Un coordinateur et son pokémon sont censés se faire confiance.

Ça lui avait tellement fait bizarre cette manière qu’elle avait eu de le regarder, comme si elle croyait qu’il lui mentait. Et non, cacher ce qu’il y avait sous le masque n’était pas vraiment un mensonge, plutôt une sécurité pour justement ne pas lui mentir quand il disait « qu’il resterait avec elle », et cela même si elle disait… Sacha effleura le bout de son museau, ses joues, il repensa à la pokéball qui avait très bien pu l’altérer : le dresseur, ses sentiments, ses actions, ses rêves, et qui pourtant à présent lui apparaissait comme une protection, un garant de quelque chose qu’il avait de plus en plus envie d’atteindre, de devenir, et cela impliquait que le Sacha qu’il y avait sous ces écailles reste à l’écart un peu plus longtemps.

Le faux pokémon déglutit. Serena se présentait sur scène et il était étrange de la voir de si loin, de ne pouvoir que difficilement distinguer les contours de sa robe et deviner plus que voir les mouvements qu’elle faisait. Il descendit les escaliers, pas plus de deux marches, mais juste assez pour mieux la voir et remarquer que la coordinatrice n’était pas tout à fait à ce qu’elle faisait.

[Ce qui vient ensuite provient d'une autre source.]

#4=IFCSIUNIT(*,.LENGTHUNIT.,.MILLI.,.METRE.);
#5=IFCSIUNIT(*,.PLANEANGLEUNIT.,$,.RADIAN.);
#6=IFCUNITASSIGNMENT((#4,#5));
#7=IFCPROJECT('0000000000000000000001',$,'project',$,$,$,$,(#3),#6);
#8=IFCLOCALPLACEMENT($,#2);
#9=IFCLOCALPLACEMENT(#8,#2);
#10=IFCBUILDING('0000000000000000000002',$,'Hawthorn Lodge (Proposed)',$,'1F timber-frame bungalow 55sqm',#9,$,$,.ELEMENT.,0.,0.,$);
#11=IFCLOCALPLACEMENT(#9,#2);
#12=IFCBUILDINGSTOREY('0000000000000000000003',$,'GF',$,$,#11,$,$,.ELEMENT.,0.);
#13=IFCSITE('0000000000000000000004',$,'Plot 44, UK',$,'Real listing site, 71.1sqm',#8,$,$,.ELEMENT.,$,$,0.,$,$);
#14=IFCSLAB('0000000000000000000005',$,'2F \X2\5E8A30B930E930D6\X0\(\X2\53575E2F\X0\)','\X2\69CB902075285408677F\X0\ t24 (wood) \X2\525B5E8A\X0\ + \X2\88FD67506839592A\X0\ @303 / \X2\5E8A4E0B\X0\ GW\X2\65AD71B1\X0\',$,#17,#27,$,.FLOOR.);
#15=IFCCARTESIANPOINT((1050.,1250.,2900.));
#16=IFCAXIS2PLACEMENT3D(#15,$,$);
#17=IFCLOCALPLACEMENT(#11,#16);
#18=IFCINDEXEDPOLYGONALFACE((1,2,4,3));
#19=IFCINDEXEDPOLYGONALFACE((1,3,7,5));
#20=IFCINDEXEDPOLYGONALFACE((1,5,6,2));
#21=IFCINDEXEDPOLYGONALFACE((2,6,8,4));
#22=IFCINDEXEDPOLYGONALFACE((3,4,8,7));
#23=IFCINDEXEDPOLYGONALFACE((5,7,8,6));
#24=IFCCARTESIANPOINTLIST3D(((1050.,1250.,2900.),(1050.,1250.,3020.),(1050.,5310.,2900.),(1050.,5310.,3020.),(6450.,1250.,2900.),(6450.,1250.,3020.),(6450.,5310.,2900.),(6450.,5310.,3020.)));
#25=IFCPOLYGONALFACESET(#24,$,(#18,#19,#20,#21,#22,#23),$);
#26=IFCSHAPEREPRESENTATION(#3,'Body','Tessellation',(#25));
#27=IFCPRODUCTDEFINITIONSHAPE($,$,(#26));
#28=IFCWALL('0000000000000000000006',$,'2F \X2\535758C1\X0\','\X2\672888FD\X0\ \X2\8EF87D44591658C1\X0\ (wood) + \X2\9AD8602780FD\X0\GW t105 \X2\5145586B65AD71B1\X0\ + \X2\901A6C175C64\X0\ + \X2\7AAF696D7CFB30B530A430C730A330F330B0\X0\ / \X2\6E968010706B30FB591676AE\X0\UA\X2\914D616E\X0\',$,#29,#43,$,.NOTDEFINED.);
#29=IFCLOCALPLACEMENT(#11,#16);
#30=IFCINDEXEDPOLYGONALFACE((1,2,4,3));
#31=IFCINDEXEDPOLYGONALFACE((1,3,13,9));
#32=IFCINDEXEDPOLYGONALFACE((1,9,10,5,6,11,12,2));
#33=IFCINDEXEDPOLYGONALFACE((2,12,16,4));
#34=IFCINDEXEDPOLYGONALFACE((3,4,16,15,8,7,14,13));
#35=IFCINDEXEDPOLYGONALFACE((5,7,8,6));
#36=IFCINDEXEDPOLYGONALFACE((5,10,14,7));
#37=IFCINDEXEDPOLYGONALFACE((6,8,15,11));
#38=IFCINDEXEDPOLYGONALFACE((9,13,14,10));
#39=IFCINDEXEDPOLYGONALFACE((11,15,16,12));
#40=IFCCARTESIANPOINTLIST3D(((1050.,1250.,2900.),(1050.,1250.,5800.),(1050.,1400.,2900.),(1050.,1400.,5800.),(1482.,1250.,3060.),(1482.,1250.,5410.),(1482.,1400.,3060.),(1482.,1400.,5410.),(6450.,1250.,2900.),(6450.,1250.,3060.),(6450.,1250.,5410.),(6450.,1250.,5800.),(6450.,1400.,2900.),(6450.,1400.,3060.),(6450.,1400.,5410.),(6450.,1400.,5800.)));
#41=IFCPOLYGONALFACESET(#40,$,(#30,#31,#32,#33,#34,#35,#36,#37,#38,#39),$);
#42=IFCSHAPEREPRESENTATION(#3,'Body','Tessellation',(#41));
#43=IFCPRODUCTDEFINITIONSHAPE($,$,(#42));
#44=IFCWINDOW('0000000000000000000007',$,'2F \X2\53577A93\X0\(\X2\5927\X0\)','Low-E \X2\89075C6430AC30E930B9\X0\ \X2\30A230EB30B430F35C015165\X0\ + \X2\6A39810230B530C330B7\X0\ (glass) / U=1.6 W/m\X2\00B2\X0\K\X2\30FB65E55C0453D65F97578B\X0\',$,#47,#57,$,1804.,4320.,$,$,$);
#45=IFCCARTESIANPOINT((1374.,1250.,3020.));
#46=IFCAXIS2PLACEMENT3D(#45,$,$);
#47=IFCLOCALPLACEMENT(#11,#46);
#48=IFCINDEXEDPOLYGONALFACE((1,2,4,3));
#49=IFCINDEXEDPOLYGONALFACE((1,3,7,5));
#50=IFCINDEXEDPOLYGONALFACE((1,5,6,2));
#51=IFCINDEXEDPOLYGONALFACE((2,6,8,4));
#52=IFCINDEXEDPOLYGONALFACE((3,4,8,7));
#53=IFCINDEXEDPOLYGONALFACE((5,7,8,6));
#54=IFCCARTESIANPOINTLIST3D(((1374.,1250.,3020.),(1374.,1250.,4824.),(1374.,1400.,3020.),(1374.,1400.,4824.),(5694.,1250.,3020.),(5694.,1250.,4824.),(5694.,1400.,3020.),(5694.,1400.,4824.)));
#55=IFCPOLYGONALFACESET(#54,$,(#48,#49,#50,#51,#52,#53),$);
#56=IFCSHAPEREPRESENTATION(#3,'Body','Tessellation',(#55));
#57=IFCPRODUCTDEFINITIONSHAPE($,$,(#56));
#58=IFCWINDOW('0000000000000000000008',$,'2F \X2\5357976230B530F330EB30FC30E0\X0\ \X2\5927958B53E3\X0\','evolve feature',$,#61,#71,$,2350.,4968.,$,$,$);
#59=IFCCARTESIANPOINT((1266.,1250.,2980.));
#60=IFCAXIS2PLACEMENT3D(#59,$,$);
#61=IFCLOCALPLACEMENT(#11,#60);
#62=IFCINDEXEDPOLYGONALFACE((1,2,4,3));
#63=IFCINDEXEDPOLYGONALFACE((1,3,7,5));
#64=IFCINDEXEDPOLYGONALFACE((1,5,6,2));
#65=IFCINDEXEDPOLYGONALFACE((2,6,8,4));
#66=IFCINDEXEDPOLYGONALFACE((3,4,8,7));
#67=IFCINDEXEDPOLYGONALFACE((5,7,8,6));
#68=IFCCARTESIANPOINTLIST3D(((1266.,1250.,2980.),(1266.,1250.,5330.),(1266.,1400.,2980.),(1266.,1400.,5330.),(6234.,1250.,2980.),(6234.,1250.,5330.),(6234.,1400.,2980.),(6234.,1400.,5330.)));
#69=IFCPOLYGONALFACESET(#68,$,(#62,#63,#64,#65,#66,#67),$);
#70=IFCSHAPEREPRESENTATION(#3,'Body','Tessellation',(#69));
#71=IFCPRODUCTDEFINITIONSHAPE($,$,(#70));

- C’est pas terrible, entendit-il chuchoter.

Il claqua de la queue et siffla. C’était surtout que Serena s’était prise un ménin-truc il y a peu et… Elle avait aussi à penser à un dracaufeu qui n’était pas si dracaufeu que ça et qui devrait sans aucun doute faire profil bas. Du style croiser les bras, s’assoir et…

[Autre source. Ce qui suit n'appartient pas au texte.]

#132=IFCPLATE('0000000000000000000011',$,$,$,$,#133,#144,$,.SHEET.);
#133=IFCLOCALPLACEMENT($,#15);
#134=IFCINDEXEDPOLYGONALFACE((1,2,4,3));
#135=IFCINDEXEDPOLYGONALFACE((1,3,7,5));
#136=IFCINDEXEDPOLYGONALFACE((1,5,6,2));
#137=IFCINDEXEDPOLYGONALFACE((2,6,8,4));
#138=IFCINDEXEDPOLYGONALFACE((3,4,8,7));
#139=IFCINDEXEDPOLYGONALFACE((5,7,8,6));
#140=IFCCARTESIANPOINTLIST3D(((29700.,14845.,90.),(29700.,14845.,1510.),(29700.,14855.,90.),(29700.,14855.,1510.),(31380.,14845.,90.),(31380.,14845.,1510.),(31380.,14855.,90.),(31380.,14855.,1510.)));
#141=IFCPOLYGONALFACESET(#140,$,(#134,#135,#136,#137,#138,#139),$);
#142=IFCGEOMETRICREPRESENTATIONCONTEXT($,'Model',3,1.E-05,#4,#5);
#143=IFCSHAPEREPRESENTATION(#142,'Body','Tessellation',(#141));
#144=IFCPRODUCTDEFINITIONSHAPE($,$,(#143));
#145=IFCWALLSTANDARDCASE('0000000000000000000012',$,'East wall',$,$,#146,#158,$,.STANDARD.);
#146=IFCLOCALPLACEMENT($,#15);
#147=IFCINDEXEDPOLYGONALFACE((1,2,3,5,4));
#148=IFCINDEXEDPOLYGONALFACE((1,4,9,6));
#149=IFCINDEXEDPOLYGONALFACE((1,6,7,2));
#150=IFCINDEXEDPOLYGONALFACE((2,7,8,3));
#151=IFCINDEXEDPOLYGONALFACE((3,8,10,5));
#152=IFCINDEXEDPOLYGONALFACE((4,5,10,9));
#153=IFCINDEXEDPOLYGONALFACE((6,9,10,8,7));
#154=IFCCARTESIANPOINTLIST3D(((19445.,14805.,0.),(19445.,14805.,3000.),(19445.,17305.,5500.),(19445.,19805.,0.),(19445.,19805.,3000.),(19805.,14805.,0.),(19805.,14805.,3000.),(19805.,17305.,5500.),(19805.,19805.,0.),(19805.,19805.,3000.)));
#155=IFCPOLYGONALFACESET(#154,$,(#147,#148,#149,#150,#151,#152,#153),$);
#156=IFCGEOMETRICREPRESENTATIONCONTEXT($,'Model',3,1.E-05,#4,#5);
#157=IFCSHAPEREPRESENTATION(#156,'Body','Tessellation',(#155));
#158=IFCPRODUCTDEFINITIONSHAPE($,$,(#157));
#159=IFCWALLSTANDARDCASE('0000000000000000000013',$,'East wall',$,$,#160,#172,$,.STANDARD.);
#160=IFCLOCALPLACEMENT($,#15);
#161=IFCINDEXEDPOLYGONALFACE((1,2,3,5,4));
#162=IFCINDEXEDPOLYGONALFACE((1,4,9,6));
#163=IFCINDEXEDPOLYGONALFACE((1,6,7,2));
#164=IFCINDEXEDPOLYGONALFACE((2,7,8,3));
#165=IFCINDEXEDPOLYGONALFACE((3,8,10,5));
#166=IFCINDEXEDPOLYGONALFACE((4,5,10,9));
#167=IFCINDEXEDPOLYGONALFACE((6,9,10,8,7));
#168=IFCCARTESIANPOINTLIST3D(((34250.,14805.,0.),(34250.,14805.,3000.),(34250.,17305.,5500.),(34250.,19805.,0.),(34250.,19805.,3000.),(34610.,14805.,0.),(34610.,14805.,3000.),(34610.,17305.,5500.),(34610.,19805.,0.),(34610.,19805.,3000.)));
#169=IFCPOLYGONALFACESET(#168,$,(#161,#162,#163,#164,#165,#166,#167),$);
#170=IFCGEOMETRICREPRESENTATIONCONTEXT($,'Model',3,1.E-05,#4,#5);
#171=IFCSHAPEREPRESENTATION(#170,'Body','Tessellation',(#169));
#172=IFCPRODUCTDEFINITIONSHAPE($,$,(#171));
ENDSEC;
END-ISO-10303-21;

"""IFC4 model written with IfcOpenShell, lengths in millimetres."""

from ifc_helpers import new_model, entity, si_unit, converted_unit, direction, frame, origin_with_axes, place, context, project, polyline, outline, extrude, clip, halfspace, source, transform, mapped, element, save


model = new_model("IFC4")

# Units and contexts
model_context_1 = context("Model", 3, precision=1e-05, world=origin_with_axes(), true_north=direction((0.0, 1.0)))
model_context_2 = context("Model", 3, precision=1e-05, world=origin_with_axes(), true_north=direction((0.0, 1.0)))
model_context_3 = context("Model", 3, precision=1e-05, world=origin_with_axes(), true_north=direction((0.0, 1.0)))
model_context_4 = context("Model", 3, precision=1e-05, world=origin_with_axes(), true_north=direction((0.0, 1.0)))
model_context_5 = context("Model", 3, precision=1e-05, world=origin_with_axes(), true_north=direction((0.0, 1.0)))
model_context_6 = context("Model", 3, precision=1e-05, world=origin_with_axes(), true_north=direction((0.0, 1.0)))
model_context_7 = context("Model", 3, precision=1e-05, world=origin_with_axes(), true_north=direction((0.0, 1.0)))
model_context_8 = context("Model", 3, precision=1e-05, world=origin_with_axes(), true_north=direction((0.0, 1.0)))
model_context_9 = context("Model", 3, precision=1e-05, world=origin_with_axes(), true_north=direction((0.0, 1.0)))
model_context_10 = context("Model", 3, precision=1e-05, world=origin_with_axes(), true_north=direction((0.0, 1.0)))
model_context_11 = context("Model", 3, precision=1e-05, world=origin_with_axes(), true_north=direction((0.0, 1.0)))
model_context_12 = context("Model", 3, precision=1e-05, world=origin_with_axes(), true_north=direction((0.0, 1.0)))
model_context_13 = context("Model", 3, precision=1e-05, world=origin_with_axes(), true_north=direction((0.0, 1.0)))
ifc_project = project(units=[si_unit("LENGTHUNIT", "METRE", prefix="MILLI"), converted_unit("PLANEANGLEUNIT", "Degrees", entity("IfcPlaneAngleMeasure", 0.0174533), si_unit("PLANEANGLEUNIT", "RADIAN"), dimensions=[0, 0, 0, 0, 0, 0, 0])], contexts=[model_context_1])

"Comme si…" gronda-t-il. "SERENA ! Serena tu peux le faire ! Se-re-na ! Se-re-na ! SE-RE-NA !"

Il fit tourner les têtes de la moitié du public et en fit même lever certains de leurs sièges, mais il fallait bien ça pour que la principale concernée l’entende. Je vais le regretter, je vais tellement le regretter, pleurait-il en silence sans penser le moins du monde à la partie « ridicule devant une bonne centaine de personnes » dans ce fameux regret.

Serena s’était figée, la main recroquevillée contre son cœur alors que son pokémon la mettait très clairement dans l’embarras, ou Sacha. Et si le garçon n’avait jamais caché son soutien lorsqu’ils voyageaient à Kalos, il n’avait jamais autant… ça suffit ! se décida-t-elle à poursuivre sa performance. Elle avait beau être complètement perdue et ne plus savoir si elle pouvait encore croire en ce pokémon (s’il en était vraiment un), mais une chose était sûre : là, maintenant, la seule chose qu’elle voulait était répondre à celui qui l’encourageait.